Intervention de Carlos Tavarès

Commission de l'économie, du développement durable et de l'aménagement du territoire — Réunion du 7 février 2012 : 1ère réunion
Situation de l'industrie automobile en france — Audition de M. Carlos Tavares membre du comité exécutif et du comité de direction de renault directeur général délégué aux opérations

Carlos Tavarès :

Je n'ai pas d'information particulière sur le marché de la gendarmerie que vous évoquez mais je ne doute pas que cette dernière, dont le patriotisme ne peut bien sûr être mis en doute, fait, comme tout consommateur, le choix du véhicule qui répondait le mieux à ses besoins et ses capacités financières.

Monsieur Martial Bourquin, je rappelle, sans agressivité ni arrogance, que notre première responsabilité vis-à-vis de la nation est d'assurer la pérennité de l'entreprise, d'éviter qu'elle ne bascule dans le rouge, ce qui la contraindrait à mettre en oeuvre des plans sociaux douloureux parce qu'elle n'aurait pas fait les bons choix. Force est de constater que tous nos concurrents européens, à l'exception notable de Volkswagen, enregistrent aujourd'hui des pertes. Or nous savons que nos sociétés et les États n'auront plus les moyens, ni la volonté, de demander au contribuable de soutenir des entreprises qui seraient dans le rouge en raison de ce qu'on pourrait considérer comme des fautes de gestion. Mon rôle de dirigeant consiste donc d'abord à protéger nos 126 000 salariés et leurs familles ainsi que nos fournisseurs, en faisant des choix technologiques et industriels pertinents, propres à nous permettre de faire face à nos concurrents.

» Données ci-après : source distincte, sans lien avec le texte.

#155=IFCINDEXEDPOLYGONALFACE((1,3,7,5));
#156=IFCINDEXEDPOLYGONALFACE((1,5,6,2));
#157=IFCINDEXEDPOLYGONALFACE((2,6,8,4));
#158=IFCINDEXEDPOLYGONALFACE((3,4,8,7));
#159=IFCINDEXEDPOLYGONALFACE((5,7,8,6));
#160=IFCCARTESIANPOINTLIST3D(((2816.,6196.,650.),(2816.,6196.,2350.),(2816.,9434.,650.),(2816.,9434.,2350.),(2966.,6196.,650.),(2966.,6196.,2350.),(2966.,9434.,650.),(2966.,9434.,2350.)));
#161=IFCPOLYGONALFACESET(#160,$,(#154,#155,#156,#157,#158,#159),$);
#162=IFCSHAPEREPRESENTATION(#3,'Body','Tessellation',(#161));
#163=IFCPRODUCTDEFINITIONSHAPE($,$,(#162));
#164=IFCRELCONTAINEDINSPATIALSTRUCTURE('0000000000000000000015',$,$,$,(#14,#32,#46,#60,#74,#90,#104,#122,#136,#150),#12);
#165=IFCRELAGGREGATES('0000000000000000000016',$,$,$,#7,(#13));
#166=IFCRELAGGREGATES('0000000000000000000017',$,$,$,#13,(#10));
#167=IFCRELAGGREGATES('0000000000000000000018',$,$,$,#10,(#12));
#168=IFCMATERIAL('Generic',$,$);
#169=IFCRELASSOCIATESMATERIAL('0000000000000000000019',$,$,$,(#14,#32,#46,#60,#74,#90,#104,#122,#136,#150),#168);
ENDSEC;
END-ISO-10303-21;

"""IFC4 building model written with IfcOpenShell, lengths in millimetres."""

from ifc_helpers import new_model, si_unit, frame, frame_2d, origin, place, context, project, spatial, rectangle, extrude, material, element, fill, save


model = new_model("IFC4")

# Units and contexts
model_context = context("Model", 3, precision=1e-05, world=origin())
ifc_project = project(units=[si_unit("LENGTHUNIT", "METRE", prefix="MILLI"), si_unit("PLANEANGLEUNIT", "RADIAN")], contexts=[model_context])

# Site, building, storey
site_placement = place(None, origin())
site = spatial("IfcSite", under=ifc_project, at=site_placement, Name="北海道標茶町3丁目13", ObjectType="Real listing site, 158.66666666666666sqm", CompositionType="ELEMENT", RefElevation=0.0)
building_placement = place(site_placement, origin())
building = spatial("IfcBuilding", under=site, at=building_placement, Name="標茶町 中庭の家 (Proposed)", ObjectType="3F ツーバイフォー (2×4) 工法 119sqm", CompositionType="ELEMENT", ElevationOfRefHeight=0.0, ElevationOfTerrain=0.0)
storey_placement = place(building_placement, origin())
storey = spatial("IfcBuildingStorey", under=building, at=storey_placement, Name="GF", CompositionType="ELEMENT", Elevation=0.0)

Il est frappant d'observer que les discounts actuellement concédés par les constructeurs européens oscillent entre 20 % et 30 %, alors qu'avant la crise, leur marge opérationnelle n'était que de quelques points. Avec de telles remises, comment mener les batailles industrielles qui sont devant nous ? Comment survivre, sans demander à l'État de combler les trous ? Quant à notre propre stratégie industrielle, il n'y a rien de mal, je pense, à développer en France les technologies de pointe, les produits à forte valeur ajoutée, les véhicules utilitaires, électriques, haut de gamme. Pour que le groupe Renault soit rentable en France, il n'y a rien de mal à faire en sorte qu'il soit profitable dans le monde et qu'il le reste. Je n'ai pas mauvaise conscience : nous protégeons nos collaborateurs, à qui nous demandons beaucoup, en raison d'une concurrence mondiale que je qualifierai de sanguinaire.

Les meilleurs constructeurs mondiaux généralistes n'ont pas plus de 6 ou 7 points de marge opérationnelle. Désoptimiser, c'est prendre le risque de basculer très vite dans le rouge. C'est le drame de l'industrie automobile en ce moment. Autant nous sommes extrêmement reconnaissants à l'État français d'avoir aidé l'entreprise pendant la première crise, autant nous sommes lucides et savons que nous ne pourrons pas le demander une deuxième fois. C'est dire le poids de notre responsabilité dans la tempête actuelle, qu'il nous incombe de traverser de telle sorte que nous puissions assurer ensuite, peut-être, une croissance plus durable.

La meilleure façon d'aider le tissu industriel automobile en Europe est de faire en sorte que le marché européen s'améliore, ce qui relève de données exogènes. S'il ne s'améliore pas, la seule chose que nous pouvons faire, pour ne pas détruire de la valeur, est de garantir des performances orientées vers nos parts de marché. Nous n'avons pas annoncé de fermetures d'usines en France. Nous faisons tout ce qui est en notre pouvoir pour fabriquer en France des produits à forte valeur ajoutée. En 2011, nous avons été la deuxième marque européenne, derrière Volkswagen et devant Ford ; nous sommes leader en France, leader européen des véhicules utilitaires, nous avons battu notre record de ventes dans le monde.